John Palmer, former chair of Air New Zealand made a submission to the Tasman District Council:
Here is what he stated:
The purpose of the new water service entities was to “provide safe, reliable and efficient water services”, Palmer said, quoting the Government’s own information.
“That’s not complex … but because we’ve had a report from an external consultant with one view about how you do things, we’ve got one answer,” he said referring to a report on the economic analysis of water services aggregation by the Water Industry Commission for Scotland.
“It may be a reasonable answer, we may have got a very similar answer but perhaps a slightly more efficient answer if we’d gone to Shanghai rather than going to Scotland because this is very much a Chinese way of doing things,” Palmer said. “Put the State in charge and if you have to ride roughshod over communities to get the answer then so be it.
“That is not the New Zealand way and must not be the New Zealand way.” https://www.stuff.co.nz/national/politics/126530074/three-waters-reform-process-not-the-new-zealand-way.

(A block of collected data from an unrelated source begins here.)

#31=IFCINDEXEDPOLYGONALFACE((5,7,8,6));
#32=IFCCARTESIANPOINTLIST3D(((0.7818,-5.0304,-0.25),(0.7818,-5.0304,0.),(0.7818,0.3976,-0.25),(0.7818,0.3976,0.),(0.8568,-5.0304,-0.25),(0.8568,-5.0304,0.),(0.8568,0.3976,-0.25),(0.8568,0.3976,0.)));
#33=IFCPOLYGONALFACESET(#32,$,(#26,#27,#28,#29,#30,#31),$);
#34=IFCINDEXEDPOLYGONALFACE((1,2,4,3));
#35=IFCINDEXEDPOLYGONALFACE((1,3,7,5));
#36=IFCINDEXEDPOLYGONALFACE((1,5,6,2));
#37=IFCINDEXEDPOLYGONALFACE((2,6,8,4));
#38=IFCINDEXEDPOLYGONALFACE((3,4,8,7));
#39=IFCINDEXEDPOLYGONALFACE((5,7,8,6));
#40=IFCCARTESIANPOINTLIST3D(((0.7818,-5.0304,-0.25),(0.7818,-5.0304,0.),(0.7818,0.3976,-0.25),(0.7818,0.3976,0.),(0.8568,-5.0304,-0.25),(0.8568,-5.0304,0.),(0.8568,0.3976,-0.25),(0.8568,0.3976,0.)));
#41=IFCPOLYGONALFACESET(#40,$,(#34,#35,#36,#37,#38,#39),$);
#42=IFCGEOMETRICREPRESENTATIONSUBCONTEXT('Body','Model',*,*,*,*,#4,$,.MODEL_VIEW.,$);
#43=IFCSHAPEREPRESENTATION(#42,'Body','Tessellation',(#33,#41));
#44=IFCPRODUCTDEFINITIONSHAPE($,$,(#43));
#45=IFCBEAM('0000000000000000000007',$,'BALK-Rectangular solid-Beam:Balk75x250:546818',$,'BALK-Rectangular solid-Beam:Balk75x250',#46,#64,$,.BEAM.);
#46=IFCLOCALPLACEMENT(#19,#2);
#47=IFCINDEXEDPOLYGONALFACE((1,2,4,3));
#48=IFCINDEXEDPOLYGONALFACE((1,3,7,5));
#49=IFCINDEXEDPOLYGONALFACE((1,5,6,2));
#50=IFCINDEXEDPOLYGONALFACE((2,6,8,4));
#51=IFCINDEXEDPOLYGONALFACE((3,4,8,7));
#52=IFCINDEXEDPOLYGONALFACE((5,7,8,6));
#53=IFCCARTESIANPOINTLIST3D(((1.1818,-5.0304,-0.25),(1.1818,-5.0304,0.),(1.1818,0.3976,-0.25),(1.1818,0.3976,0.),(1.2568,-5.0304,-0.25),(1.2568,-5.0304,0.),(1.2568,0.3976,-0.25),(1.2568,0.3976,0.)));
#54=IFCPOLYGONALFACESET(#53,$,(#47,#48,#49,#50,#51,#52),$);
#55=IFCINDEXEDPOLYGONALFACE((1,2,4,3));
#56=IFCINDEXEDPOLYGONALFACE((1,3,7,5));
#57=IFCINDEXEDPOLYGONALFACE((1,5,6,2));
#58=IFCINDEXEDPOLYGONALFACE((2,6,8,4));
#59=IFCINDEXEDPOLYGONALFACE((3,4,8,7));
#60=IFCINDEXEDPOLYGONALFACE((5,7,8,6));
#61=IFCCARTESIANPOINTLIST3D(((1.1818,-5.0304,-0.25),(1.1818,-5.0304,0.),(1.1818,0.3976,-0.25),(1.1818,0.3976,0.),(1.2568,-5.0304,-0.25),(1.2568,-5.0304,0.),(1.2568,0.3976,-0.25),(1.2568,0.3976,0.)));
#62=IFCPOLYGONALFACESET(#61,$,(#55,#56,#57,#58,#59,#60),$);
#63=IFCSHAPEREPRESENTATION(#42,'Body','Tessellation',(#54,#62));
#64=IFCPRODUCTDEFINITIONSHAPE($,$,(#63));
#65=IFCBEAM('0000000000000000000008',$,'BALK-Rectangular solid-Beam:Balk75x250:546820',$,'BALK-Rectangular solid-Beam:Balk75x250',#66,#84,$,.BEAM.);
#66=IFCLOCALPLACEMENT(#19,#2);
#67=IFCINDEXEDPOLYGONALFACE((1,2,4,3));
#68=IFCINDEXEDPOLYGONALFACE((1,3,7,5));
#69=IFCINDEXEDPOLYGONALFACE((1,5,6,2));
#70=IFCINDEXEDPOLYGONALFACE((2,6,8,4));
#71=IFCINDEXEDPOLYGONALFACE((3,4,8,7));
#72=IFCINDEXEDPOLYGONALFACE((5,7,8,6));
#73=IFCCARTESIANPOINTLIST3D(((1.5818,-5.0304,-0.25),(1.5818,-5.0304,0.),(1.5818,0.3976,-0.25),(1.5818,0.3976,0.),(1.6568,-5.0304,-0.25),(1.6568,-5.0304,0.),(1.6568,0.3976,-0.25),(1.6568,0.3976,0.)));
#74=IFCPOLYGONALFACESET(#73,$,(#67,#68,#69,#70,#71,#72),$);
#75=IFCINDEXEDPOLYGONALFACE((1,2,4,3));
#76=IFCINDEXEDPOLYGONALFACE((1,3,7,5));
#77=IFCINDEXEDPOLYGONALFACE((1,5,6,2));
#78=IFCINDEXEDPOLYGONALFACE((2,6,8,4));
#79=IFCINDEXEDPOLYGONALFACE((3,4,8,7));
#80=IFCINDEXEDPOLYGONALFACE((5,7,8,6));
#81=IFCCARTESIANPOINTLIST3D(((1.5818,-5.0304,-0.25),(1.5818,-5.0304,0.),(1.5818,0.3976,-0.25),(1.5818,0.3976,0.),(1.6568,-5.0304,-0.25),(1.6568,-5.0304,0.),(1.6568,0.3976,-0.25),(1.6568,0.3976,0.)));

Nicky Snoyink from Forest and Bird:
During the week RNZ interviewed Nicky Snoyink who was giving a Forest and Bird response to the 3 Waters Reform. This response was approaching the issue of clean waters in our rivers and safe drinking water perspective.
There is no debate in Local Government about the importance of these issues. There is total commitment to this. My only criticism of Nicky’s comments were that she then saw the centralisation of 3 waters as being the answer. There she was completely wrong.